09-07-2020 17:40 PM - last edited 07-28-2021 09:53 AM
Well, at the start of this past Labor Day weekend, I can safely say that the LAST thing that I thought that I would be doing is coding fuzzy text matching logic in DAX. Well, here we are. This came about because of this thread here posted by @Anonymous. It's quite the long thread with a number of flawed attempts, lying (I don't need fuzzy matching) and a lot of me complaining that it was pretty much impossible. Turns out, it isn't and "fuzzy" matching was required. Anyway, I should know better by now that there really isn't too much that is impossible if you twist your brain just right. Anyway the goal was to match the client name up with the closest matching project name only the data is pretty much trash.
This is a slightly improved version from the thread. Included a matching threshold that can help speed it up as well as serve as a threshold for matching (so you don't match just the letter "M" for example).
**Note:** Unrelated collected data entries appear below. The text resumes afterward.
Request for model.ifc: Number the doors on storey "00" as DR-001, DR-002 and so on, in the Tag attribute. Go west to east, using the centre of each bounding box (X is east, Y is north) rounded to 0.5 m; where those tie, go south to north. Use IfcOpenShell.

First a look at what the model holds.

```python
import ifcopenshell
import ifcopenshell.util.element
import ifcopenshell.util.placement

model = ifcopenshell.open("model.ifc")
print(model.schema)
storey = next(s for s in model.by_type("IfcBuildingStorey") if s.Name == "00")
doors = [e for e in ifcopenshell.util.element.get_decomposition(storey) if e.is_a("IfcDoor")]
for e in sorted(doors, key=lambda e: e.id()):
    origin = ifcopenshell.util.placement.get_local_placement(e.ObjectPlacement)[:3, 3]
    print(e.id(), e.Tag, e.Name, origin.round(2) + 0.0, sep=" | ")
```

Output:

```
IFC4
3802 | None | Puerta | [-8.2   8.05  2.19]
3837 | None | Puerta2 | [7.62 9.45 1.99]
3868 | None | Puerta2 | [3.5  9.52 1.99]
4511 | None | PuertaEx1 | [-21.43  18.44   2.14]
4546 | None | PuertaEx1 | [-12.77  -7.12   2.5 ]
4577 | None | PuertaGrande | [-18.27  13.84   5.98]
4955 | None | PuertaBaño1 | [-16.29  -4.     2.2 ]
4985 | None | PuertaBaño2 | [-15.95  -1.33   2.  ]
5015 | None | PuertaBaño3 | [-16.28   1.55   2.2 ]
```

```python
import ifcopenshell
import ifcopenshell.geom
import ifcopenshell.util.element
import ifcopenshell.util.shape

model = ifcopenshell.open("model.ifc")
settings = ifcopenshell.geom.settings()
settings.set("use-world-coords", True)


def centre(element):
    shape = ifcopenshell.geom.create_shape(settings, element)
    return ifcopenshell.util.shape.get_bbox_centroid(shape.geometry)


storey = next(s for s in model.by_type("IfcBuildingStorey") if s.Name == "00")
doors = [e for e in ifcopenshell.util.element.get_decomposition(storey) if e.is_a("IfcDoor")]

# Insertion points can sit at a corner or the storey origin, so sort by the geometry (in metres).
centres = {e: centre(e) for e in doors}
doors.sort(key=lambda e: (round(centres[e][0] / 0.5), centres[e][1]))

for i, e in enumerate(doors, start=1):
    number = f"DR-0{i:02d}"
    e.Tag = number
    print(e.id(), number)

model.write("model-out.ifc")
```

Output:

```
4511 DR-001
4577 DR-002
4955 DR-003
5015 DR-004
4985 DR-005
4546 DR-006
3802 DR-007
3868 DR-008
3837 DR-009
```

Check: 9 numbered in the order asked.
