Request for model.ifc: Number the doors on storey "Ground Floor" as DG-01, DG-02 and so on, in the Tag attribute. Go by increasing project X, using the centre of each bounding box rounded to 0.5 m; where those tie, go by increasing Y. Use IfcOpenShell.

First a look at what the model holds.

```python
import ifcopenshell
import ifcopenshell.util.element
import ifcopenshell.util.placement

model = ifcopenshell.open("model.ifc")
print(model.schema)
storey = next(s for s in model.by_type("IfcBuildingStorey") if s.Name == "Ground Floor")
doors = [e for e in ifcopenshell.util.element.get_decomposition(storey) if e.is_a("IfcDoor")]
for e in sorted(doors, key=lambda e: e.id()):
    origin = ifcopenshell.util.placement.get_local_placement(e.ObjectPlacement)[:3, 3]
    print(e.id(), e.Tag, e.Name, origin.round(2) + 0.0, sep=" | ")
```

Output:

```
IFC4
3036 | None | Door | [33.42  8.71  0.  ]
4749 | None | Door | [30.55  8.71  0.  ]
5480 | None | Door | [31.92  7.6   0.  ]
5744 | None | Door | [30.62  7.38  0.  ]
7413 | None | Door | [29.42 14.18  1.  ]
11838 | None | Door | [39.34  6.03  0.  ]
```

```python
import ifcopenshell
import ifcopenshell.geom
import ifcopenshell.util.element
import ifcopenshell.util.shape

model = ifcopenshell.open("model.ifc")
settings = ifcopenshell.geom.settings()
settings.set("use-world-coords", True)


def centre(element):
    shape = ifcopenshell.geom.create_shape(settings, element)
    return ifcopenshell.util.shape.get_bbox_centroid(shape.geometry)


storey = next(s for s in model.by_type("IfcBuildingStorey") if s.Name == "Ground Floor")
doors = [e for e in ifcopenshell.util.element.get_decomposition(storey) if e.is_a("IfcDoor")]

# Insertion points can sit at a corner or the storey origin, so sort by the geometry (in metres).
centres = {e: centre(e) for e in doors}
doors.sort(key=lambda e: (round(centres[e][0] / 0.5), centres[e][1]))

for i, e in enumerate(doors, start=1):
    number = f"DG-{i:02d}"
    e.Tag = number
    print(e.id(), number)

model.write("model_updated.ifc")
```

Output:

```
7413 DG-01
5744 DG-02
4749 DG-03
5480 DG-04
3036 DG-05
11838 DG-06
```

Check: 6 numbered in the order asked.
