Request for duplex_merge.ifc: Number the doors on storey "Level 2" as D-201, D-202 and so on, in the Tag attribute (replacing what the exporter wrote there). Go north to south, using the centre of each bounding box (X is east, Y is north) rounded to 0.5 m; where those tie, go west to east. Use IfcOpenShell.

First a look at what the model holds.

```python
import ifcopenshell
import ifcopenshell.util.element
import ifcopenshell.util.placement

model = ifcopenshell.open("duplex_merge.ifc")
print(model.schema)
storey = next(s for s in model.by_type("IfcBuildingStorey") if s.Name == "Level 2")
doors = [e for e in ifcopenshell.util.element.get_decomposition(storey) if e.is_a("IfcDoor")]
for e in sorted(doors, key=lambda e: e.id()):
    origin = ifcopenshell.util.placement.get_local_placement(e.ObjectPlacement)[:3, 3]
    print(e.id(), e.Tag, e.Name, origin.round(2) + 0.0, sep=" | ")
```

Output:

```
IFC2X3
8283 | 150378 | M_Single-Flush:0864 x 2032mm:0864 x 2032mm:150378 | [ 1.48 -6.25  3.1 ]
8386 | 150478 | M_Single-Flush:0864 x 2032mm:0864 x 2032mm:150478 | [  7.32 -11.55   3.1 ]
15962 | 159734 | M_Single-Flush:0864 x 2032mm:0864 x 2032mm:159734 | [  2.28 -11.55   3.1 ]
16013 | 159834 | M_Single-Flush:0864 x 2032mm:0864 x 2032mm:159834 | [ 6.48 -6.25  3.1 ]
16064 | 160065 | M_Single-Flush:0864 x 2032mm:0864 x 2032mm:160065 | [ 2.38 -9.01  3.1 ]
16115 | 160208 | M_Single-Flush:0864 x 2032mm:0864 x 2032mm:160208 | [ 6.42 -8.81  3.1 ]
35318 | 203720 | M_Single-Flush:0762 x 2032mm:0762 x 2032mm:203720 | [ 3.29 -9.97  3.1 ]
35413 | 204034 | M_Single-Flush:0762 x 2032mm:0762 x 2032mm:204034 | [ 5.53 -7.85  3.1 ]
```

```python
import ifcopenshell
import ifcopenshell.geom
import ifcopenshell.util.element
import ifcopenshell.util.shape

model = ifcopenshell.open("duplex_merge.ifc")
settings = ifcopenshell.geom.settings()
settings.set("use-world-coords", True)


def centre(element):
    shape = ifcopenshell.geom.create_shape(settings, element)
    return ifcopenshell.util.shape.get_bbox_centroid(shape.geometry)


storey = next(s for s in model.by_type("IfcBuildingStorey") if s.Name == "Level 2")
doors = [e for e in ifcopenshell.util.element.get_decomposition(storey) if e.is_a("IfcDoor")]

# Insertion points can sit at a corner or the storey origin, so sort by the geometry (in metres).
centres = {e: centre(e) for e in doors}
doors.sort(key=lambda e: (-round(centres[e][1] / 0.5), centres[e][0]))

for i, e in enumerate(doors, start=1):
    number = f"D-2{i:02d}"
    e.Tag = number
    print(e.id(), number)

model.write("duplex_merge-out.ifc")
```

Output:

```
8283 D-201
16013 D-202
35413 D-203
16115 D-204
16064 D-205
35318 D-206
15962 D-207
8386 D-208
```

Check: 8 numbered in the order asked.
Fuzzy = VAR __MatchWord = MAX([Client Name]) VAR __CleanMatchThreshold = 4 VAR __KillThreshold = 3 VAR __FuzzyThreshold1 = .4 VAR __FuzzyThreshold2 = .8 VAR __WordSearchTable = GENERATE( 'Ongoing Projects', VAR __Word = MAXX(FILTER('Ongoing Projects',[Index]=EARLIER('Ongoing Projects'[Index])),[Ongoing Projects]) RETURN ADDCOLUMNS(GENERATESERIES(3,LEN(__Word),1),"Search",LEFT(__Word,[Value]),"Original",__Word) ) VAR __Table = FILTER( ADDCOLUMNS( __WordSearchTable, "Match",SEARCH([Search],__MatchWord,,BLANK()) ), NOT(ISBLANK([Match])) ) VAR __Max = MAXX(__Table,[Value]) VAR __Match = MAXX(FILTER(__Table,[Value]=__Max),[Search]) VAR __Proposed = IF( LEN(__Match)<=__CleanMatchThreshold, SWITCH(TRUE(), //__Clean2 = "ABB",__Clean2, COUNTROWS(FILTER(__Table,[Value]=__Max))>1,BLANK(), LEN(__Match) <= __KillThreshold,BLANK(), LEN(__Match) = LEN(__MatchWord),__Match, LEN(__Match)/LEN(__MatchWord)>__FuzzyThreshold1 && SEARCH(__Match,__MatchWord,,0)=1,__Match, LEN(__Match)/LEN(__MatchWord)>__FuzzyThreshold2,__Match, BLANK() ), SWITCH(TRUE(), __Match = "Blue Cross" || __Match = "Blue Cross ",__Match, LEN(__Match)/LEN(__MatchWord)<__FuzzyThreshold2 && SEARCH(__Match,__MatchWord,,0)<>1,BLANK(), __Match ) ) VAR __Clean1 = IF(RIGHT(__Proposed,1)="(",LEFT(__Proposed,LEN(__Proposed)-1),__Proposed) VAR __Clean2 = IF(RIGHT(__Clean1,1)=" ",LEFT(__Clean1,LEN(__Clean1)-1),__Clean1) RETURN __Clean2
Couple of usage notes. __CleanMatchThreshold is basically the number of characters by which if it is less than or equal to this number, more intense scrutiny is done. Above this number, we do a percentage check of matching characters versus the total Client Name just to verify a match. When falling below __CleanMatchThreshold, we check to see if there were multiple matches of the same length and if so, we throw them out. We also check if it is below or equal to the __KillThreshold and if so, throw it out. More checking ensues. Note that in both sets of checking (above and below __CleanMatchThreshold) we can put in as many exceptions as we want to ensure that specific matches fall through to the end. Something like this is almost inevitable with fuzzy matching. It is "fuzzy" after all!!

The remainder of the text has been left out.